U-M Industrial and Operations Engineering (IOE) assistant professor, Jessie Yang, together with associate professor, Carol Menassa and Professor Vineet Kamat of Civil and Environmental Engineering (CEE), has received MCubed funding to create an entirely new end-to-end mobility system for individuals with vision impairments.
The project, led by Menassa of CEE and James Weiland from the School of Medicine, aims to develop a smart mobility system that features assisted navigation, autonomous maneuvering and real-time data integration technologies.
The research team’s approach will integrate visual slam, occupancy grid mapping and feature maps from point clouds along with deep learning to develop the navigation and maneuvering system. This system will rely on sensors placed on the individual and in the surrounding environment, and results from the research will lead to recommendations for both.
To inform the likelihood of the new technology being applied in a real-world setting, working prototypes will be created and evaluated for usefulness and usability, two factors predictive of technology adoption. The prototypes will include a multi-modal interface to provide non-visual orientation and directional cues to the user.
“The success of the proposed assistive technology relies on a good human-machine interface to convey information and to guide the visually impaired,” said Yang. “No matter how accurately the device navigates, if it can’t communicate this information effectively to the user, it won’t be widely adopted. To this end, we will develop and test novel human-machine interface designs to enhance user experience.”
“No matter how accurately the device navigates, if it can't communicate this information effectively to the user, it won't be widely adopted."Jessie Yang.

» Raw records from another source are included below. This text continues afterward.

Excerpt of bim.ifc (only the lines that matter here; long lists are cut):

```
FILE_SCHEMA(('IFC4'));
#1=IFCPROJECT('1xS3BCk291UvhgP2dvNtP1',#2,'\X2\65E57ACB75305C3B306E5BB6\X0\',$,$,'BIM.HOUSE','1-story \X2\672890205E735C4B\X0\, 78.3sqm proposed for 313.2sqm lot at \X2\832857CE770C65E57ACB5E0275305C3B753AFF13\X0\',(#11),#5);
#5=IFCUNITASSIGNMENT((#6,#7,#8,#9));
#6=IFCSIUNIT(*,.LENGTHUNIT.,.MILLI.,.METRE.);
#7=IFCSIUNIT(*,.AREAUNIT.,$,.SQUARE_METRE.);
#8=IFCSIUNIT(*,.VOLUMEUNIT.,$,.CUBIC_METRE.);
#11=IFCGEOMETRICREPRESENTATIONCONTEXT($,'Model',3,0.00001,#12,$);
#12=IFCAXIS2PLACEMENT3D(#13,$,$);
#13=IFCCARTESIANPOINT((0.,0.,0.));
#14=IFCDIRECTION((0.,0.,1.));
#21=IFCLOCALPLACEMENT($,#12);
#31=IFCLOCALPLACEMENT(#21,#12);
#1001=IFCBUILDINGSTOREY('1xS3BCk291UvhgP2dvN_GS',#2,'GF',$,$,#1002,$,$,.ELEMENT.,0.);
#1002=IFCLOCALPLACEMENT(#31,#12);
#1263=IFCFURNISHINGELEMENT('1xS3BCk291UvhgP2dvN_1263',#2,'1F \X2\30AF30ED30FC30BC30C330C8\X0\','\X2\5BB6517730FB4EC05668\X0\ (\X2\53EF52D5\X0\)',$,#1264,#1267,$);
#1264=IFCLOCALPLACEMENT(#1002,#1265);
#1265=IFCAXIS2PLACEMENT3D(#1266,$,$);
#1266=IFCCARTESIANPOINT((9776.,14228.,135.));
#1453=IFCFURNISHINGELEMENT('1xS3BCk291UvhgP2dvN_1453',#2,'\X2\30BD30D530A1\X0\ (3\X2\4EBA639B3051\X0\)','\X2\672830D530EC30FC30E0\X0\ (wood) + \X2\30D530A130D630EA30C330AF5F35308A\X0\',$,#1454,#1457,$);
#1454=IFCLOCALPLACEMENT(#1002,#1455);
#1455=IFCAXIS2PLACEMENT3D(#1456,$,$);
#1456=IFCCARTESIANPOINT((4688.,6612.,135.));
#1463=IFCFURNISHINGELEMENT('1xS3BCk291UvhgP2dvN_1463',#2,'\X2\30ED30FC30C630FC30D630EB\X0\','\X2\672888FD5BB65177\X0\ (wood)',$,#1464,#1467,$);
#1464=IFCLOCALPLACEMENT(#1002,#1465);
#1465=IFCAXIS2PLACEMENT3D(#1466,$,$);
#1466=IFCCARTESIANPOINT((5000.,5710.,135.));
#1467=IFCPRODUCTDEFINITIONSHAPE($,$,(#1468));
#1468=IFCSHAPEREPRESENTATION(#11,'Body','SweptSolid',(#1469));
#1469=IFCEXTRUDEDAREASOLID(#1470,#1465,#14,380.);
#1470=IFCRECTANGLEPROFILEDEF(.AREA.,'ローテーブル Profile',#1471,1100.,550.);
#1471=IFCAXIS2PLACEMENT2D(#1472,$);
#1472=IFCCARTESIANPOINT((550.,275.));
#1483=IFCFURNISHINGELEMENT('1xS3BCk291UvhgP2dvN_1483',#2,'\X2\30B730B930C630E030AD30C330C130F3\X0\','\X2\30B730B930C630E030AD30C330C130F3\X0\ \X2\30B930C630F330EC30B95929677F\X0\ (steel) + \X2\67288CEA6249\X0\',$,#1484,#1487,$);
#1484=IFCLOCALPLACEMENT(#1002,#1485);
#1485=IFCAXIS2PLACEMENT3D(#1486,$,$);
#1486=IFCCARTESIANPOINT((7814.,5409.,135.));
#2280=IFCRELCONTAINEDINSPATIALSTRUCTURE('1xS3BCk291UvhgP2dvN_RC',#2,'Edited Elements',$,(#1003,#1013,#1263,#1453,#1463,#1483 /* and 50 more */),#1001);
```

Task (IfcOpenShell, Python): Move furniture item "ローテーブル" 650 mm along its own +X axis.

```python
import ifcopenshell
import ifcopenshell.api.geometry
import ifcopenshell.util.placement
import ifcopenshell.util.unit

model = ifcopenshell.open("bim.ifc")
unit_scale = ifcopenshell.util.unit.calculate_unit_scale(model)

item = model.by_id(1463)
matrix = ifcopenshell.util.placement.get_local_placement(item.ObjectPlacement)
matrix[:3, 3] += matrix[:3, 0] * 0.65 / unit_scale
ifcopenshell.api.geometry.edit_object_placement(model, product=item, matrix=matrix, is_si=False)

print(ifcopenshell.util.placement.get_local_placement(item.ObjectPlacement).round(3) + 0.0)

model.write("bim_rev.ifc")
```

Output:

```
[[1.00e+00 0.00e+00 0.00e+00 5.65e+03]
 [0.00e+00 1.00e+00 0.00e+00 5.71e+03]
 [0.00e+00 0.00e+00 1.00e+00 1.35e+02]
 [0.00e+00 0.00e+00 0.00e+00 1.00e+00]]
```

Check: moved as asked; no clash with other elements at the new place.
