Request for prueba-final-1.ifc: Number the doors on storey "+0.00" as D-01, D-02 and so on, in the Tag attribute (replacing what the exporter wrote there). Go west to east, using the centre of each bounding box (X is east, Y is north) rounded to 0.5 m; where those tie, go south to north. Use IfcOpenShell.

First a look at what the model holds.

```python
import ifcopenshell
import ifcopenshell.util.element
import ifcopenshell.util.placement

model = ifcopenshell.open("prueba-final-1.ifc")
print(model.schema)
storey = next(s for s in model.by_type("IfcBuildingStorey") if s.Name == "+0.00")
doors = [e for e in ifcopenshell.util.element.get_decomposition(storey) if e.is_a("IfcDoor")]
for e in sorted(doors, key=lambda e: e.id()):
    origin = ifcopenshell.util.placement.get_local_placement(e.ObjectPlacement)[:3, 3]
    print(e.id(), e.Tag, e.Name, origin.round(2) + 0.0, sep=" | ")
```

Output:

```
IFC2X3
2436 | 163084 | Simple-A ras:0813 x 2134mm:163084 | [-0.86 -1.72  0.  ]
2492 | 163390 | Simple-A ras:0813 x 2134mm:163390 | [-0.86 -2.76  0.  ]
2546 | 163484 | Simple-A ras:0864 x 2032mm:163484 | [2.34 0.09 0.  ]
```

```python
import ifcopenshell
import ifcopenshell.geom
import ifcopenshell.util.element
import ifcopenshell.util.shape

model = ifcopenshell.open("prueba-final-1.ifc")
settings = ifcopenshell.geom.settings()
settings.set("use-world-coords", True)


def centre(element):
    shape = ifcopenshell.geom.create_shape(settings, element)
    return ifcopenshell.util.shape.get_bbox_centroid(shape.geometry)


storey = next(s for s in model.by_type("IfcBuildingStorey") if s.Name == "+0.00")
doors = [e for e in ifcopenshell.util.element.get_decomposition(storey) if e.is_a("IfcDoor")]

# Insertion points can sit at a corner or the storey origin, so sort by the geometry (in metres).
centres = {e: centre(e) for e in doors}
doors.sort(key=lambda e: (round(centres[e][0] / 0.5), centres[e][1]))

for i, e in enumerate(doors, start=1):
    number = f"D-{i:02d}"
    e.Tag = number
    print(e.id(), number)

model.write("prueba-final-1_updated.ifc")
```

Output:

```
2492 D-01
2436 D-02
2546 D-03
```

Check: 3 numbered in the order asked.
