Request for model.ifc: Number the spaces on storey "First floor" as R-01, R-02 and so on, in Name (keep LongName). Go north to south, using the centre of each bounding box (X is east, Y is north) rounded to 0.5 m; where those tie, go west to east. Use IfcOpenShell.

First a look at what the model holds.

```python
import ifcopenshell
import ifcopenshell.util.element
import ifcopenshell.util.placement

model = ifcopenshell.open("model.ifc")
print(model.schema)
storey = next(s for s in model.by_type("IfcBuildingStorey") if s.Name == "First floor")
spaces = [e for e in ifcopenshell.util.element.get_decomposition(storey) if e.is_a("IfcSpace")]
for e in sorted(spaces, key=lambda e: e.id()):
    origin = ifcopenshell.util.placement.get_local_placement(e.ObjectPlacement)[:3, 3]
    print(e.id(), e.Name, e.LongName, origin.round(2) + 0.0, sep=" | ")
```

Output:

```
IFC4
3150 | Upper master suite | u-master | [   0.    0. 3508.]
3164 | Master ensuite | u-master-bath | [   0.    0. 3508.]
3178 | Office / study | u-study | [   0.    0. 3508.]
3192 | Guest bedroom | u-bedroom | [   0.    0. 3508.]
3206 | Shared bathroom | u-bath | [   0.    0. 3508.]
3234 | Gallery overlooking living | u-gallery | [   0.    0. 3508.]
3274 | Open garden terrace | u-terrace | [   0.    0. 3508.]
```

```python
import ifcopenshell
import ifcopenshell.geom
import ifcopenshell.util.element
import ifcopenshell.util.shape

model = ifcopenshell.open("model.ifc")
settings = ifcopenshell.geom.settings()
settings.set("use-world-coords", True)


def centre(element):
    shape = ifcopenshell.geom.create_shape(settings, element)
    return ifcopenshell.util.shape.get_bbox_centroid(shape.geometry)


storey = next(s for s in model.by_type("IfcBuildingStorey") if s.Name == "First floor")
spaces = [e for e in ifcopenshell.util.element.get_decomposition(storey) if e.is_a("IfcSpace")]

# Insertion points can sit at a corner or the storey origin, so sort by the geometry (in metres).
centres = {e: centre(e) for e in spaces}
spaces.sort(key=lambda e: (-round(centres[e][1] / 0.5), centres[e][0]))

for i, e in enumerate(spaces, start=1):
    number = f"R-{i:02d}"
    e.Name = number
    print(e.id(), number)

model.write("model_updated.ifc")
```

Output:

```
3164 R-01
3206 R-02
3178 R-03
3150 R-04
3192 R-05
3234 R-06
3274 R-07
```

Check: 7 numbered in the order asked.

Assistant Professor, U-M Industrial & Operations Engineering
Due to cross-department and other U-M collaboration, including Robin Brewer from the School of Information, researchers for this project can draw on combined expertise in building structures, machine learning, human visual systems, and user experience design.
Mcubed stimulates innovative research and scholarship by distributing real-time seed funding to multi-unit, faculty-led teams. Through this revolutionary research funding program, faculty from at least two different campus units can form a collaborative trio, or “cube.”